== Goal of the exercise ==
Search the listing for the word "IFCCARTESIANPOINT" and return each line that contains it.

== Dataset records ==
━━━━━━━━━━━━━━━━

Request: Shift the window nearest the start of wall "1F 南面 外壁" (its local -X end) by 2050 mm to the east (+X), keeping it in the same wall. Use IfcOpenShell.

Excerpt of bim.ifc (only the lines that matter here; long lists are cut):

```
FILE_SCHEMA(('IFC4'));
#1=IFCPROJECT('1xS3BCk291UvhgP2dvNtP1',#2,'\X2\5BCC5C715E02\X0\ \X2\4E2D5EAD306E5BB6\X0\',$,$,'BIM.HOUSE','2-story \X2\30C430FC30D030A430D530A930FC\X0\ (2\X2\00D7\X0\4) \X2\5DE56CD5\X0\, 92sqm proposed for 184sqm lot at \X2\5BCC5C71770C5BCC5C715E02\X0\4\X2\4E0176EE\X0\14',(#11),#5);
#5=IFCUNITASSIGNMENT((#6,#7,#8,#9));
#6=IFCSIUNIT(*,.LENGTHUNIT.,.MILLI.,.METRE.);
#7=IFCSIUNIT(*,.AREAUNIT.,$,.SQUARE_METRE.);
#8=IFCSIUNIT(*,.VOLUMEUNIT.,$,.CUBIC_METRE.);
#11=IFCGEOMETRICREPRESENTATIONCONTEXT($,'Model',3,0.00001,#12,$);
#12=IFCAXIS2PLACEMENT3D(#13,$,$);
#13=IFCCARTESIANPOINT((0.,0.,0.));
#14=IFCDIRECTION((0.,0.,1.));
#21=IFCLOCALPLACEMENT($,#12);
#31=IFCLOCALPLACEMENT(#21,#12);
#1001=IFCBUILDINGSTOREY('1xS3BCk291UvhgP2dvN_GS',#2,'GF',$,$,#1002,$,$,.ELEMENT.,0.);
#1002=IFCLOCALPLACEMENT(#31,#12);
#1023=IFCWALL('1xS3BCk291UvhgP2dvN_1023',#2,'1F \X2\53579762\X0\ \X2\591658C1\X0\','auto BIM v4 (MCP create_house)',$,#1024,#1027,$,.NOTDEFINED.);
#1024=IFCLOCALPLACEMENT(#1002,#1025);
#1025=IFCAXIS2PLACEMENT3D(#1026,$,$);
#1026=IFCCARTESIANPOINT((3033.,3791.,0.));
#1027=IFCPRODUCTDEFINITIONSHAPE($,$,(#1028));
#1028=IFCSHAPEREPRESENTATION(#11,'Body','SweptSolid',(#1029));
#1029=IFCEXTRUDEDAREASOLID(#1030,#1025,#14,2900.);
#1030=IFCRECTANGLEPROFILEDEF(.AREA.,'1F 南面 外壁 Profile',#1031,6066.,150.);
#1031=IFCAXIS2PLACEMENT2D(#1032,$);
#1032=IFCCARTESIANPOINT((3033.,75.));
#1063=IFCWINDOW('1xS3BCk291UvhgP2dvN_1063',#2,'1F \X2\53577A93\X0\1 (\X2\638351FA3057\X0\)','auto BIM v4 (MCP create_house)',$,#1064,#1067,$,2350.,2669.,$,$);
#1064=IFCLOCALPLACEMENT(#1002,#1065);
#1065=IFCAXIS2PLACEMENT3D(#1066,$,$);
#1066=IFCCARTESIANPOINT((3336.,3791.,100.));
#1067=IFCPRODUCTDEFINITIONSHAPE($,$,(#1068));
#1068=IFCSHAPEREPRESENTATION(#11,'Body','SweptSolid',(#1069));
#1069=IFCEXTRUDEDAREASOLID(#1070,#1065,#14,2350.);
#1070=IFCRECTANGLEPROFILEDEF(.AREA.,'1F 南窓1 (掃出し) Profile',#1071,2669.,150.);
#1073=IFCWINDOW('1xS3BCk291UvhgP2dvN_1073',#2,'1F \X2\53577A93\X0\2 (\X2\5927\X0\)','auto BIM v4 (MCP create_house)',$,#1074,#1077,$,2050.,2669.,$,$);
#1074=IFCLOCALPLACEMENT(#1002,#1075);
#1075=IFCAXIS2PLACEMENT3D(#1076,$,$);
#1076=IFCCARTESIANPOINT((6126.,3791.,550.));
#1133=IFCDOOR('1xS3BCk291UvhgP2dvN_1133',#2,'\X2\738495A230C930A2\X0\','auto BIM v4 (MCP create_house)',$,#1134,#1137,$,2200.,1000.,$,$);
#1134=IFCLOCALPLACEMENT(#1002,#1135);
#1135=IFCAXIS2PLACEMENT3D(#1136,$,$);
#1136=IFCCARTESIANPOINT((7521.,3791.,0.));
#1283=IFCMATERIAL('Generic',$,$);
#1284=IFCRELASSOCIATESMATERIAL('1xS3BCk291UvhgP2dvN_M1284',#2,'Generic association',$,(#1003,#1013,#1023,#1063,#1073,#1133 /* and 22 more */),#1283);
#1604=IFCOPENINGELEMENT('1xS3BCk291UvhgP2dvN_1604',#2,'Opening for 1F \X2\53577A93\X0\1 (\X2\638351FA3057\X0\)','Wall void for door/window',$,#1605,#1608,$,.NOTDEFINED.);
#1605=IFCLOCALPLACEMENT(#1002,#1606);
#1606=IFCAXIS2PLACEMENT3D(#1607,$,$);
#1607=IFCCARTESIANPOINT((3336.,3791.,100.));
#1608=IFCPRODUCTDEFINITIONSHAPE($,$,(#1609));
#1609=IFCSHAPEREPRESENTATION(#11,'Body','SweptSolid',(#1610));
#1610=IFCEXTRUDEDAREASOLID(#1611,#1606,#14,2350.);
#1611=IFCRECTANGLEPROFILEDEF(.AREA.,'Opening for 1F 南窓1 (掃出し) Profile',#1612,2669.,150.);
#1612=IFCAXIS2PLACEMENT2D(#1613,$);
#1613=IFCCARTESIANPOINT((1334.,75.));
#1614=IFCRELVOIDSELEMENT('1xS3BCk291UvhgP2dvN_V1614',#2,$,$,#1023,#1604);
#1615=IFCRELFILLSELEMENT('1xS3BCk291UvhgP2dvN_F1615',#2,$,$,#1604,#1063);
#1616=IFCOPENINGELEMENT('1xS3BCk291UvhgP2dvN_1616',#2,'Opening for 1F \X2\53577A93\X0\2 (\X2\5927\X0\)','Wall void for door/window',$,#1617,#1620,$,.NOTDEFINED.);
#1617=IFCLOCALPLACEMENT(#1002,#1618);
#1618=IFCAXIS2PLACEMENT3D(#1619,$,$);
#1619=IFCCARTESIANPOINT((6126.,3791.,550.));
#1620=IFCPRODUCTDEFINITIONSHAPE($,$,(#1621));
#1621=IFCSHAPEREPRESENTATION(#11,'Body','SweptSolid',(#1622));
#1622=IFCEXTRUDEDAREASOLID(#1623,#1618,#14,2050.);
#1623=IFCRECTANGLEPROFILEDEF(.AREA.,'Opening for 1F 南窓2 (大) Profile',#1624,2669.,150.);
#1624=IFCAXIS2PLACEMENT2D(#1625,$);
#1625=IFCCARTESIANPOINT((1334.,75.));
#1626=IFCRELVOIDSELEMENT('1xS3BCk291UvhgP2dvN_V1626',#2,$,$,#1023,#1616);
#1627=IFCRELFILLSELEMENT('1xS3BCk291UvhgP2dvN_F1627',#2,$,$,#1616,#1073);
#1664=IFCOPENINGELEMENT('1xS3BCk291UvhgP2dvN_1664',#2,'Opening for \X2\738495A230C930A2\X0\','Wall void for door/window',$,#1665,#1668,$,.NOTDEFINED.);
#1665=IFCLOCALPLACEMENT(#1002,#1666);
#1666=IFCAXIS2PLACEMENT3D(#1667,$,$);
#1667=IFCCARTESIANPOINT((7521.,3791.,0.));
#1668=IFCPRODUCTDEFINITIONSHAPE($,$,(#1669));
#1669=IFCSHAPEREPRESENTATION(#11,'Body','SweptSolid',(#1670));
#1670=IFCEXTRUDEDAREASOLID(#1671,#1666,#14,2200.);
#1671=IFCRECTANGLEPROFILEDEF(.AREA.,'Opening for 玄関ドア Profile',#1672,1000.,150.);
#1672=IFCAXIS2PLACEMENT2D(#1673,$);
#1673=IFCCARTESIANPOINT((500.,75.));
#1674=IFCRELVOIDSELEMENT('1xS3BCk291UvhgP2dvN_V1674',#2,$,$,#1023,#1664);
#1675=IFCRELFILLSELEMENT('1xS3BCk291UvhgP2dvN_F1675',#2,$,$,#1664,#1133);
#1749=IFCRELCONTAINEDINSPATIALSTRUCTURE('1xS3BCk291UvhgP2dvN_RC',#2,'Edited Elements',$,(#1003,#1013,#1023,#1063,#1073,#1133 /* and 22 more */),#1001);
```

```python
import ifcopenshell
import ifcopenshell.api.geometry
import ifcopenshell.util.placement
import ifcopenshell.util.unit

model = ifcopenshell.open("bim.ifc")
unit_scale = ifcopenshell.util.unit.calculate_unit_scale(model)

window = model.by_guid("1xS3BCk291UvhgP2dvN_1063")
opening = window.FillsVoids[0].RelatingOpeningElement
wall = opening.VoidsElements[0].RelatingBuildingElement

wall_matrix = ifcopenshell.util.placement.get_local_placement(wall.ObjectPlacement)
shift = wall_matrix[:3, 0] * 2.05 / unit_scale
before = ifcopenshell.util.placement.get_local_placement(window.ObjectPlacement)[:3, 3].copy()

# The window is not placed relative to its opening, so move both.
for product in (opening, window):
    matrix = ifcopenshell.util.placement.get_local_placement(product.ObjectPlacement)
    matrix[:3, 3] += shift
    ifcopenshell.api.geometry.edit_object_placement(model, product=product, matrix=matrix, is_si=False)

after = ifcopenshell.util.placement.get_local_placement(window.ObjectPlacement)[:3, 3]
print("window moved by", (after - before).round(3) + 0.0)

model.write("bim_v2.ifc")
```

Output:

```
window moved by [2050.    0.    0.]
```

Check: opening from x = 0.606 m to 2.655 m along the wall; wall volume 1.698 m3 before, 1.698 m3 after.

━━━━━━━━━━━━━━━━

== Reply ==
#13=IFCCARTESIANPOINT((0.,0.,0.));
#1026=IFCCARTESIANPOINT((3033.,3791.,0.));
#1032=IFCCARTESIANPOINT((3033.,75.));
#1066=IFCCARTESIANPOINT((3336.,3791.,100.));
#1076=IFCCARTESIANPOINT((6126.,3791.,550.));
#1136=IFCCARTESIANPOINT((7521.,3791.,0.));
#1607=IFCCARTESIANPOINT((3336.,3791.,100.));
#1613=IFCCARTESIANPOINT((1334.,75.));
#1619=IFCCARTESIANPOINT((6126.,3791.,550.));
#1625=IFCCARTESIANPOINT((1334.,75.));
#1667=IFCCARTESIANPOINT((7521.,3791.,0.));
#1673=IFCCARTESIANPOINT((500.,75.));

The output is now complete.